• _WORK TASK_: Using the records below, write out again exactly the lines that begin at the line containing "#44=IFCLOCALPLACEMENT(#22,#26);" and end at the line containing "#66=IFCINDEXEDPOLYGONALFACE((9,11,12,14,13,15,16,10));", and no other lines.

• _EXTRACTED DATA_:
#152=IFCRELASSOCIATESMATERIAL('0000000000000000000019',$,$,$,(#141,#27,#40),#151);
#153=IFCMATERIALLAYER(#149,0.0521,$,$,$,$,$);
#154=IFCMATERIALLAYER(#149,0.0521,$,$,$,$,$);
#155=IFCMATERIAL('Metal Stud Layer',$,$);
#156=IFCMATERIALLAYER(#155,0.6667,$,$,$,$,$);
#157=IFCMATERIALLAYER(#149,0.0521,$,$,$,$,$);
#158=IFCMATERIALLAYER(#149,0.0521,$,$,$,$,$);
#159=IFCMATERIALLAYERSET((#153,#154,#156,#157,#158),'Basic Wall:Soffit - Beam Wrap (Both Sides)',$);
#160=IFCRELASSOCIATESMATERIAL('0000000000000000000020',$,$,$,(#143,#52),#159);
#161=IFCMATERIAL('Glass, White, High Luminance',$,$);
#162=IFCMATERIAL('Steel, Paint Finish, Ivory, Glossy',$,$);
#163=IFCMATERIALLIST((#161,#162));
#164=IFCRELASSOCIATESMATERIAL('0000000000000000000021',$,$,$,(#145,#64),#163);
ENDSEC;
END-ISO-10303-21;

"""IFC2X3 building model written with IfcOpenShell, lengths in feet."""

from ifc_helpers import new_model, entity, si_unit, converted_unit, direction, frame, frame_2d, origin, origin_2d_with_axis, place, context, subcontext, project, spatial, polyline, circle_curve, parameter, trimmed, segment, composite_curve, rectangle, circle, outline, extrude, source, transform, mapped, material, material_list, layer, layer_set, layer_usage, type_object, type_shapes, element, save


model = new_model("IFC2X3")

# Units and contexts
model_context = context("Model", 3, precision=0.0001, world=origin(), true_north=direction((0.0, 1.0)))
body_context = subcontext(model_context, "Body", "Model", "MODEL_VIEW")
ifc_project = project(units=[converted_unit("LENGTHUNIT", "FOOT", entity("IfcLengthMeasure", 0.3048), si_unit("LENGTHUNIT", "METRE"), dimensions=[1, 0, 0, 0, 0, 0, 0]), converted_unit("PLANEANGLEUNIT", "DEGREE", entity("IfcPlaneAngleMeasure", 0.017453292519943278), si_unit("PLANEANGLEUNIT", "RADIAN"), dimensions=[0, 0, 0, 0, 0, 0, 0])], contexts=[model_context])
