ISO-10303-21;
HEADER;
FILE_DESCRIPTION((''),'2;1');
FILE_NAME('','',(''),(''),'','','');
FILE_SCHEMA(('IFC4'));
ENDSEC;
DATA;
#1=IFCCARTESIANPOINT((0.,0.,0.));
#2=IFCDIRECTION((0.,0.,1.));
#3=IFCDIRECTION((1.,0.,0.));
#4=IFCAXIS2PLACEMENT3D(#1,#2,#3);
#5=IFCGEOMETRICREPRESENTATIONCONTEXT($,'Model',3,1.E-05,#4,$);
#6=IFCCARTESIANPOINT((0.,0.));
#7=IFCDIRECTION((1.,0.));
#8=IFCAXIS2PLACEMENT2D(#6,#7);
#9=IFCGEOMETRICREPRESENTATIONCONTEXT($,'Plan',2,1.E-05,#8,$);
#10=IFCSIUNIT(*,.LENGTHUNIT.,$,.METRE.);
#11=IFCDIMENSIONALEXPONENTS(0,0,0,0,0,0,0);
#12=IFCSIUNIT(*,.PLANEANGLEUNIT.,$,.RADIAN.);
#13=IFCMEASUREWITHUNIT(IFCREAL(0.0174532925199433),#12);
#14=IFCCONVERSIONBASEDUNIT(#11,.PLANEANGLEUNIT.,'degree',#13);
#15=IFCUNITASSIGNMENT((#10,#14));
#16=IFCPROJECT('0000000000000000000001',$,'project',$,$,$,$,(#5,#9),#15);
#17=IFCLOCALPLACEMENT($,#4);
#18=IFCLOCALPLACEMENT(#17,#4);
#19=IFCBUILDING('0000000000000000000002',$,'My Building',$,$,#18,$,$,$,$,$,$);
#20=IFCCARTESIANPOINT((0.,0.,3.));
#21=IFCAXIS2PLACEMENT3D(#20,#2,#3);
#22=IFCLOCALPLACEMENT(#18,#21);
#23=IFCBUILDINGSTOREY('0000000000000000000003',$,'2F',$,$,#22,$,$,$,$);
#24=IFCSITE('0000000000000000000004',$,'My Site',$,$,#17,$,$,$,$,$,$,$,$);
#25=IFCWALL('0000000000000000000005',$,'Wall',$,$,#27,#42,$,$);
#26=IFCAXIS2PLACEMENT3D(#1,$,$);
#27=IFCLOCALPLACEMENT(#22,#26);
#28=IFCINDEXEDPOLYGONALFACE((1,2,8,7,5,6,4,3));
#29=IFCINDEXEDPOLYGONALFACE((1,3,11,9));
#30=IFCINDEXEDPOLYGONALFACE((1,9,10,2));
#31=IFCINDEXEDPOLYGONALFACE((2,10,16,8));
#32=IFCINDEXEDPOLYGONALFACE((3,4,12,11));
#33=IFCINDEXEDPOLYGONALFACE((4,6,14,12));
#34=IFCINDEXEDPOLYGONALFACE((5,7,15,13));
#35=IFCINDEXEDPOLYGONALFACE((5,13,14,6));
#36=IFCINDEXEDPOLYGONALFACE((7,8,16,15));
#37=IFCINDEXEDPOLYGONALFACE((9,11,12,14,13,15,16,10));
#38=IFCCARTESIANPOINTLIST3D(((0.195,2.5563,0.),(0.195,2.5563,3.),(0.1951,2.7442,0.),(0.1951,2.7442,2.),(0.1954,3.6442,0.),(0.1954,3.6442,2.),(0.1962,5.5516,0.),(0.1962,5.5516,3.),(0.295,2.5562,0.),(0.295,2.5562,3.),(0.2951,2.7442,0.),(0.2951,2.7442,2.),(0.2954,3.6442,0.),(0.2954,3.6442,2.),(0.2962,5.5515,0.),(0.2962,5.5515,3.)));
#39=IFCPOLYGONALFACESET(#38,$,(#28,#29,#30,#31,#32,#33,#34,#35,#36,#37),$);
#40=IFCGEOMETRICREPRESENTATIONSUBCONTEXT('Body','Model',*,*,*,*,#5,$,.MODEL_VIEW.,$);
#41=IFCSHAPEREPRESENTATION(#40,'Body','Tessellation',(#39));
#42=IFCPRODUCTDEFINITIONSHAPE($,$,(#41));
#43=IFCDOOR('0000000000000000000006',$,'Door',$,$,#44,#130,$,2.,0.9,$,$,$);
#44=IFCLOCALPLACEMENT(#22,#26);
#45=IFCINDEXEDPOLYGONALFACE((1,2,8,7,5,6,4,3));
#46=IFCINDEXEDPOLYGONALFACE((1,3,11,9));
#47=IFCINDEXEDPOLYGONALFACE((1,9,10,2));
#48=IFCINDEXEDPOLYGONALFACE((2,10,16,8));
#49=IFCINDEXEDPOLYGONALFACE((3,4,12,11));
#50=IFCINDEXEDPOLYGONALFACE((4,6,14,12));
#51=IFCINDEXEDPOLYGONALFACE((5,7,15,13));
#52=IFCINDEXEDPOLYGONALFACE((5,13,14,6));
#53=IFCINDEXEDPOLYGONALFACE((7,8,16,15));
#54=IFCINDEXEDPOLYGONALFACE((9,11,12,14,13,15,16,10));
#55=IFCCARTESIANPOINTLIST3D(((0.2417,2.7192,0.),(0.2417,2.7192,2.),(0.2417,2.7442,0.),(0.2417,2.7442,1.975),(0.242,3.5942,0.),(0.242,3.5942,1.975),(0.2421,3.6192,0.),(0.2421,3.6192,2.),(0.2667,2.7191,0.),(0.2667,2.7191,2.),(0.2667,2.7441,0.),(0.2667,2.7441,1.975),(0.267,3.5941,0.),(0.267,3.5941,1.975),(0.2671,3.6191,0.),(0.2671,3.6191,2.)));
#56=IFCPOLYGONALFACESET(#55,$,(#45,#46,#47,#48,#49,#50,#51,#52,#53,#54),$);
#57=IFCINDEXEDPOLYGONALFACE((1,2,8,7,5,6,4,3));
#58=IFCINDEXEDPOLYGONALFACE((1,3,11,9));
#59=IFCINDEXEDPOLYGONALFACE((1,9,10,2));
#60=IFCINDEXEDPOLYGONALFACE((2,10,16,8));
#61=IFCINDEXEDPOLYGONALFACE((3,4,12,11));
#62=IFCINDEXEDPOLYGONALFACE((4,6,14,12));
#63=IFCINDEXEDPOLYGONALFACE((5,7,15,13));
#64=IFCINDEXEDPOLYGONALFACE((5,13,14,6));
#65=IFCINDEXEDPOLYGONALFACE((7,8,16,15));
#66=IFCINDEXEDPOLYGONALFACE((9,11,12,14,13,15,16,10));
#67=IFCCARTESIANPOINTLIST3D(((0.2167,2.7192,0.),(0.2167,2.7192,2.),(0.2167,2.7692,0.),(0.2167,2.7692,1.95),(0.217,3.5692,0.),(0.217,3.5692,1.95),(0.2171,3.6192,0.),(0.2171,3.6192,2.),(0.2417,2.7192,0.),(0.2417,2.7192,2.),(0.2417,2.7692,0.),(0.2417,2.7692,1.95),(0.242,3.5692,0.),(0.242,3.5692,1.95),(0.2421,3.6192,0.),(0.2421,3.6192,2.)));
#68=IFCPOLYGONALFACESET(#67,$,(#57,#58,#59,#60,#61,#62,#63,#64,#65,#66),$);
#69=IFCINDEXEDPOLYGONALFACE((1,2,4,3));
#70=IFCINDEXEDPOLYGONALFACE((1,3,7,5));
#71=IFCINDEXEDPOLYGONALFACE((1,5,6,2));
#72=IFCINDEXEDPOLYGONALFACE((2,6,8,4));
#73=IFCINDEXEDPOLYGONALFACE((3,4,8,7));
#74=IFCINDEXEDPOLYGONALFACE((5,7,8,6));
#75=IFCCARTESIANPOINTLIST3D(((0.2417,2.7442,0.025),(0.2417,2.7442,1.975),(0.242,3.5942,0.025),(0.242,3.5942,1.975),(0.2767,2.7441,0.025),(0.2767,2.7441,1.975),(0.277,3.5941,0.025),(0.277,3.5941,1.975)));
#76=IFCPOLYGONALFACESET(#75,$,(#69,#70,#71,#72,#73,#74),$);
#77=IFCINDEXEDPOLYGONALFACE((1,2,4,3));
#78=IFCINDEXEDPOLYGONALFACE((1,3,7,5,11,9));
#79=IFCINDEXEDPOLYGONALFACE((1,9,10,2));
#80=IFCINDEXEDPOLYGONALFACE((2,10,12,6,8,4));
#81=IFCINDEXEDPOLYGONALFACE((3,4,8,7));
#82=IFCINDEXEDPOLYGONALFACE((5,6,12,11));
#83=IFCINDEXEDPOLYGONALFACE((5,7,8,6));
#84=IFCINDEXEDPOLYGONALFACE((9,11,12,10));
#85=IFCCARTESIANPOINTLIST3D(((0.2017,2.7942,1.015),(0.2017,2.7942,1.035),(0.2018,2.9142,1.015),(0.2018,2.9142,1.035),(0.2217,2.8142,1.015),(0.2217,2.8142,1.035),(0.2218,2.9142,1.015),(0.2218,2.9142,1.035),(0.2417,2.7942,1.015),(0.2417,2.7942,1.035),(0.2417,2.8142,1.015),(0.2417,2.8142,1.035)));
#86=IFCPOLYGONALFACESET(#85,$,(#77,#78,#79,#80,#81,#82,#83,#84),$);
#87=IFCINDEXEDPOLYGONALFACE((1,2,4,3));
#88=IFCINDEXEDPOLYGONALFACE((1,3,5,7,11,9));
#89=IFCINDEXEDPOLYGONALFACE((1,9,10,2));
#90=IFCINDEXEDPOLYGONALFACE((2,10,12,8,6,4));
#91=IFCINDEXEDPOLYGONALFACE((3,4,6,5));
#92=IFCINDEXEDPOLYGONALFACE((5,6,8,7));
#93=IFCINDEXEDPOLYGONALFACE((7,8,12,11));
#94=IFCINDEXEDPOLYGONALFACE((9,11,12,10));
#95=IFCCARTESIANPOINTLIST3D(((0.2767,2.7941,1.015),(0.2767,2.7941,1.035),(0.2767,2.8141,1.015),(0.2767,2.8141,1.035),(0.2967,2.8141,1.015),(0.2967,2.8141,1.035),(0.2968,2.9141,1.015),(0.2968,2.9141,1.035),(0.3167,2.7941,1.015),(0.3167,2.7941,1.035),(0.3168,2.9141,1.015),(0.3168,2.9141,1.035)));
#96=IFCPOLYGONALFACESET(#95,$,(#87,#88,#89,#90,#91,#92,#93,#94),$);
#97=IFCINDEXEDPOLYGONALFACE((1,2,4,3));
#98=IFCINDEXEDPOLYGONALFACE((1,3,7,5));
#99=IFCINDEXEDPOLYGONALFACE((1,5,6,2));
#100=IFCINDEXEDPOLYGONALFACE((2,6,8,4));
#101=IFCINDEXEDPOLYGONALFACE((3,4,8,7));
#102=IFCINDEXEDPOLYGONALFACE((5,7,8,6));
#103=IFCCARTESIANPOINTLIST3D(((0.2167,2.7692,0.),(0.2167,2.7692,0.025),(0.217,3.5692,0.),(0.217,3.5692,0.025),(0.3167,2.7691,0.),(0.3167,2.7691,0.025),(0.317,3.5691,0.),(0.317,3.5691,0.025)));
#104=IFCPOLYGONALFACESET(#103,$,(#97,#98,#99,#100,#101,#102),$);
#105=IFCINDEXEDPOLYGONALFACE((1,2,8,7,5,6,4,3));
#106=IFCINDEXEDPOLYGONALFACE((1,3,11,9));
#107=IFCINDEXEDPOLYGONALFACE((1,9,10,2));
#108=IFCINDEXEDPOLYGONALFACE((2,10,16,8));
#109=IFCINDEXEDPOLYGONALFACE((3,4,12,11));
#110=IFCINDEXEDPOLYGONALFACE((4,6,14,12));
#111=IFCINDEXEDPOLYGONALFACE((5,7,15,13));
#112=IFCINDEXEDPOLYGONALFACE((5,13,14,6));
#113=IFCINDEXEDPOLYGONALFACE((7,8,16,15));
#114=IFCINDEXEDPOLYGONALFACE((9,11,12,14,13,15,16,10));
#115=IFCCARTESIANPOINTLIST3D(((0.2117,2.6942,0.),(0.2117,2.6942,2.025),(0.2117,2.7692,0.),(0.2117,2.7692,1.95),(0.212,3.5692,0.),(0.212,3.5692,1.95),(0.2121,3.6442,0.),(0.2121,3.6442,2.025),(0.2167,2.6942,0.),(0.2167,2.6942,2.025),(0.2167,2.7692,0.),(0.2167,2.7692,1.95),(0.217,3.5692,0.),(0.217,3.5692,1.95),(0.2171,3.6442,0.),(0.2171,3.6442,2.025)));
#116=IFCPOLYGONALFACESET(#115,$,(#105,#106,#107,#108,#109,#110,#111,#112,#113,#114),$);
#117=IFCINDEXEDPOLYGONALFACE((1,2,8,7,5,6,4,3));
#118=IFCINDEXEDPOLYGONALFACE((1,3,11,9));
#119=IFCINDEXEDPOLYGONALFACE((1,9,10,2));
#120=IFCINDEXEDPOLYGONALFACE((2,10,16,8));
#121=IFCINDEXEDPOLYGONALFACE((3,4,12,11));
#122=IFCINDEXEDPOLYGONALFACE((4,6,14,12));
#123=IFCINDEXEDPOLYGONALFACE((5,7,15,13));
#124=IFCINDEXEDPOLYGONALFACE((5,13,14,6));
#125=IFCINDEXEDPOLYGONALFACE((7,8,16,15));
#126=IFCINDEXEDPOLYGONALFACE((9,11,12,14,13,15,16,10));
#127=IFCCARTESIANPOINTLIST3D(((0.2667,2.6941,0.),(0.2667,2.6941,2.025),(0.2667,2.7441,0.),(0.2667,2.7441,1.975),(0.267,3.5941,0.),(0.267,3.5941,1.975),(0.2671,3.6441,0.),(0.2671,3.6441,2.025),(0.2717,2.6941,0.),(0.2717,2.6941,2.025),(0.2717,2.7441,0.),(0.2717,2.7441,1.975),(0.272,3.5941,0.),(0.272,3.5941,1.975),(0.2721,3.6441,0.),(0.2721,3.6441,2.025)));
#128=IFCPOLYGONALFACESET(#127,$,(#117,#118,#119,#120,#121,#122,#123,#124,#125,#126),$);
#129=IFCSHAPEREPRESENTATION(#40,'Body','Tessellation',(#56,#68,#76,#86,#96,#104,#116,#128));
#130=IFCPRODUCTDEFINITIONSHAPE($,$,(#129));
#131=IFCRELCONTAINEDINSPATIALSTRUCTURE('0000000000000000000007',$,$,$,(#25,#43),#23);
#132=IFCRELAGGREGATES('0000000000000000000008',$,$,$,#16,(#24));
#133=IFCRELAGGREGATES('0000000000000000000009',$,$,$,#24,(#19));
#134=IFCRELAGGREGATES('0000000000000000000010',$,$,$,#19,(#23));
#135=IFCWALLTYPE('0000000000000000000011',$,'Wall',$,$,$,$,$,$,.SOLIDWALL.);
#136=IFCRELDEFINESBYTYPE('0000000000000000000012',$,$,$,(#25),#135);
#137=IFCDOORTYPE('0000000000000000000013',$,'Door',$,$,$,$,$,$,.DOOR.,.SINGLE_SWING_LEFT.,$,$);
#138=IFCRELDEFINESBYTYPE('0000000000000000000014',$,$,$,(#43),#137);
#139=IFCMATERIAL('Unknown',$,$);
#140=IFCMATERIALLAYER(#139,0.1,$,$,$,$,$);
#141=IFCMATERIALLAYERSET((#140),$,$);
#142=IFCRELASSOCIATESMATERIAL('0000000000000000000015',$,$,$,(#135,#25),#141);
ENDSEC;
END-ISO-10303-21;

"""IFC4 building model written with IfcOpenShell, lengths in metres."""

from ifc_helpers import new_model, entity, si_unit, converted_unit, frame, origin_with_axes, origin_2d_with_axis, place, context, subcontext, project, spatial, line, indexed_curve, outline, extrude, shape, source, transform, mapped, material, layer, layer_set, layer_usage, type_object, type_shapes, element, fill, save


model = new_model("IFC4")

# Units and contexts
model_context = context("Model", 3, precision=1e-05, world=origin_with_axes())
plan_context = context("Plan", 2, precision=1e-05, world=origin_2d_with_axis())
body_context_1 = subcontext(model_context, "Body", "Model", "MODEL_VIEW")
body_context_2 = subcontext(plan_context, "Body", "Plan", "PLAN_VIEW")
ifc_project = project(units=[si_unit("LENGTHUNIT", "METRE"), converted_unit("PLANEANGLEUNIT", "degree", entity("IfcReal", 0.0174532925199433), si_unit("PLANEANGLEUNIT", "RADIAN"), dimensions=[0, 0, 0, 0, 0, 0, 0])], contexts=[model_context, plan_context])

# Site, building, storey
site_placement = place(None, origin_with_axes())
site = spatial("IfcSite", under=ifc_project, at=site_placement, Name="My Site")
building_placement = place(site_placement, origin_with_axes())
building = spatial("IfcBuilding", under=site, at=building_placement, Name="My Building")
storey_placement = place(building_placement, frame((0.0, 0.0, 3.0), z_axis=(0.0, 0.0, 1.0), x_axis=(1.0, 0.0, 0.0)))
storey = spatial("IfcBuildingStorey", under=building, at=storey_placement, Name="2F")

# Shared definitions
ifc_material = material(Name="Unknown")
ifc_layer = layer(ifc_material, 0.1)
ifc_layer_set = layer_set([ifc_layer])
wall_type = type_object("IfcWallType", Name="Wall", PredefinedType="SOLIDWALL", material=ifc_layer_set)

==

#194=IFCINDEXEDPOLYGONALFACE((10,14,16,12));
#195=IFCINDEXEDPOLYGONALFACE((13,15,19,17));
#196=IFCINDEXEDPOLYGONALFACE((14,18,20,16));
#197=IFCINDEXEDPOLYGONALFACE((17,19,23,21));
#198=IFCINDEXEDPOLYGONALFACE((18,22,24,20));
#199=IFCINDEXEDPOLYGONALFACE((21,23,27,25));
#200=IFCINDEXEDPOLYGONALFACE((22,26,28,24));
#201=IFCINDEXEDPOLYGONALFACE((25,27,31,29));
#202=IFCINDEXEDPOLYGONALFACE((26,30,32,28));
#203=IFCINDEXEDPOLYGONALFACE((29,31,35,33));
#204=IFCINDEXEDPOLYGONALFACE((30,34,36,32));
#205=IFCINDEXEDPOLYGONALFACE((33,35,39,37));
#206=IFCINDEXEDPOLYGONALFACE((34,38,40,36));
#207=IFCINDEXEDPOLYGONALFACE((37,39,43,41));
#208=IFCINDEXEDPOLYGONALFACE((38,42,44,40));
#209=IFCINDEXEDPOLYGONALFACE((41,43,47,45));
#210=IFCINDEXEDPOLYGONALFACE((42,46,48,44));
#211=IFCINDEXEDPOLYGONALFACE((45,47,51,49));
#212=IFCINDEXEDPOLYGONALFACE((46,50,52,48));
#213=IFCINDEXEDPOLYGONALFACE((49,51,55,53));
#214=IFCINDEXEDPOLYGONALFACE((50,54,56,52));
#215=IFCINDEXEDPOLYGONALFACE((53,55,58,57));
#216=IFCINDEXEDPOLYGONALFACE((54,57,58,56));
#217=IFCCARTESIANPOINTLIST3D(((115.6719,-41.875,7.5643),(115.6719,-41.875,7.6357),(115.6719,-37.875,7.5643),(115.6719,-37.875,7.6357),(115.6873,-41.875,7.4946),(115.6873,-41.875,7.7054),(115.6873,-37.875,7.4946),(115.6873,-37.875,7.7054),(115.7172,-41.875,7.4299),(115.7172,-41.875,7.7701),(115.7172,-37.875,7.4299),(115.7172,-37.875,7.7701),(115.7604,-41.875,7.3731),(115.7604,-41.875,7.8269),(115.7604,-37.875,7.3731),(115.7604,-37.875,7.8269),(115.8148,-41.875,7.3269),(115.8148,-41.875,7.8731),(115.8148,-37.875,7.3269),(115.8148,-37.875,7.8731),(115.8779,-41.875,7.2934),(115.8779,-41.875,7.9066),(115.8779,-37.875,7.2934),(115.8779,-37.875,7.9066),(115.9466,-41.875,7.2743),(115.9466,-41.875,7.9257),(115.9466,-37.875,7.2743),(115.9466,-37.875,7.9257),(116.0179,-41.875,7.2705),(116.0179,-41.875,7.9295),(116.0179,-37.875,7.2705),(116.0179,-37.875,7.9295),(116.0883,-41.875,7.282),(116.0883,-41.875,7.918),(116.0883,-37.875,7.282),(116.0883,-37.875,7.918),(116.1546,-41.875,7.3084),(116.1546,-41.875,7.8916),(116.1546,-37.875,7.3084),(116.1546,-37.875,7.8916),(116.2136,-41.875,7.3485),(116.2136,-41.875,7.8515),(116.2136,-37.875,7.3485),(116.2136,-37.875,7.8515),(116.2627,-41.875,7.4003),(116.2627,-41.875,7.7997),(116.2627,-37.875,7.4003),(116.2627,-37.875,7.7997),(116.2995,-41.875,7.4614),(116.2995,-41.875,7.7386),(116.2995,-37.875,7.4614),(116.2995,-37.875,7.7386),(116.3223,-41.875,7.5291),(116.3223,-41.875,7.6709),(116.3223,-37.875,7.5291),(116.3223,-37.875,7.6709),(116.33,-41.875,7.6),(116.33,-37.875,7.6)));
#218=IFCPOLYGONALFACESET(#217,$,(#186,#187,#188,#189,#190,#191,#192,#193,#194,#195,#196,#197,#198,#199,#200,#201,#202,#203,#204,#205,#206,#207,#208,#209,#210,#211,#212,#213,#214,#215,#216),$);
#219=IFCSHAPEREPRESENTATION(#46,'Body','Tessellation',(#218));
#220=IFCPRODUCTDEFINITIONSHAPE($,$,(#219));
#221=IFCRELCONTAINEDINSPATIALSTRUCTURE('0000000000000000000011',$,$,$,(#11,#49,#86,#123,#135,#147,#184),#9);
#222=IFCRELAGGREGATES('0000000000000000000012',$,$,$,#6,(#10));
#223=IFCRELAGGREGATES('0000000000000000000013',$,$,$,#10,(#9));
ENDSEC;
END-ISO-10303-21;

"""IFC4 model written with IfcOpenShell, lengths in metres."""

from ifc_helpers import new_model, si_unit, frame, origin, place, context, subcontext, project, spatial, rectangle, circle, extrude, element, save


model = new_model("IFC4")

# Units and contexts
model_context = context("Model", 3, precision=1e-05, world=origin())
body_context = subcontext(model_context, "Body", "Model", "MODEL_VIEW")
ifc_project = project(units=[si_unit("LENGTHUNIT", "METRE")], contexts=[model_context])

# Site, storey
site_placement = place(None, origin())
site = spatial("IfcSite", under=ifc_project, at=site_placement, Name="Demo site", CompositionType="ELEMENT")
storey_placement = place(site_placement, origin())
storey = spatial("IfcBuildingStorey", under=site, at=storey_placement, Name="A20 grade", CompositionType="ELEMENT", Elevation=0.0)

• _WRITTEN RESPONSE_:
#44=IFCLOCALPLACEMENT(#22,#26);
#45=IFCINDEXEDPOLYGONALFACE((1,2,8,7,5,6,4,3));
#46=IFCINDEXEDPOLYGONALFACE((1,3,11,9));
#47=IFCINDEXEDPOLYGONALFACE((1,9,10,2));
#48=IFCINDEXEDPOLYGONALFACE((2,10,16,8));
#49=IFCINDEXEDPOLYGONALFACE((3,4,12,11));
#50=IFCINDEXEDPOLYGONALFACE((4,6,14,12));
#51=IFCINDEXEDPOLYGONALFACE((5,7,15,13));
#52=IFCINDEXEDPOLYGONALFACE((5,13,14,6));
#53=IFCINDEXEDPOLYGONALFACE((7,8,16,15));
#54=IFCINDEXEDPOLYGONALFACE((9,11,12,14,13,15,16,10));
#55=IFCCARTESIANPOINTLIST3D(((0.2417,2.7192,0.),(0.2417,2.7192,2.),(0.2417,2.7442,0.),(0.2417,2.7442,1.975),(0.242,3.5942,0.),(0.242,3.5942,1.975),(0.2421,3.6192,0.),(0.2421,3.6192,2.),(0.2667,2.7191,0.),(0.2667,2.7191,2.),(0.2667,2.7441,0.),(0.2667,2.7441,1.975),(0.267,3.5941,0.),(0.267,3.5941,1.975),(0.2671,3.6191,0.),(0.2671,3.6191,2.)));
#56=IFCPOLYGONALFACESET(#55,$,(#45,#46,#47,#48,#49,#50,#51,#52,#53,#54),$);
#57=IFCINDEXEDPOLYGONALFACE((1,2,8,7,5,6,4,3));
#58=IFCINDEXEDPOLYGONALFACE((1,3,11,9));
#59=IFCINDEXEDPOLYGONALFACE((1,9,10,2));
#60=IFCINDEXEDPOLYGONALFACE((2,10,16,8));
#61=IFCINDEXEDPOLYGONALFACE((3,4,12,11));
#62=IFCINDEXEDPOLYGONALFACE((4,6,14,12));
#63=IFCINDEXEDPOLYGONALFACE((5,7,15,13));
#64=IFCINDEXEDPOLYGONALFACE((5,13,14,6));
#65=IFCINDEXEDPOLYGONALFACE((7,8,16,15));
#66=IFCINDEXEDPOLYGONALFACE((9,11,12,14,13,15,16,10));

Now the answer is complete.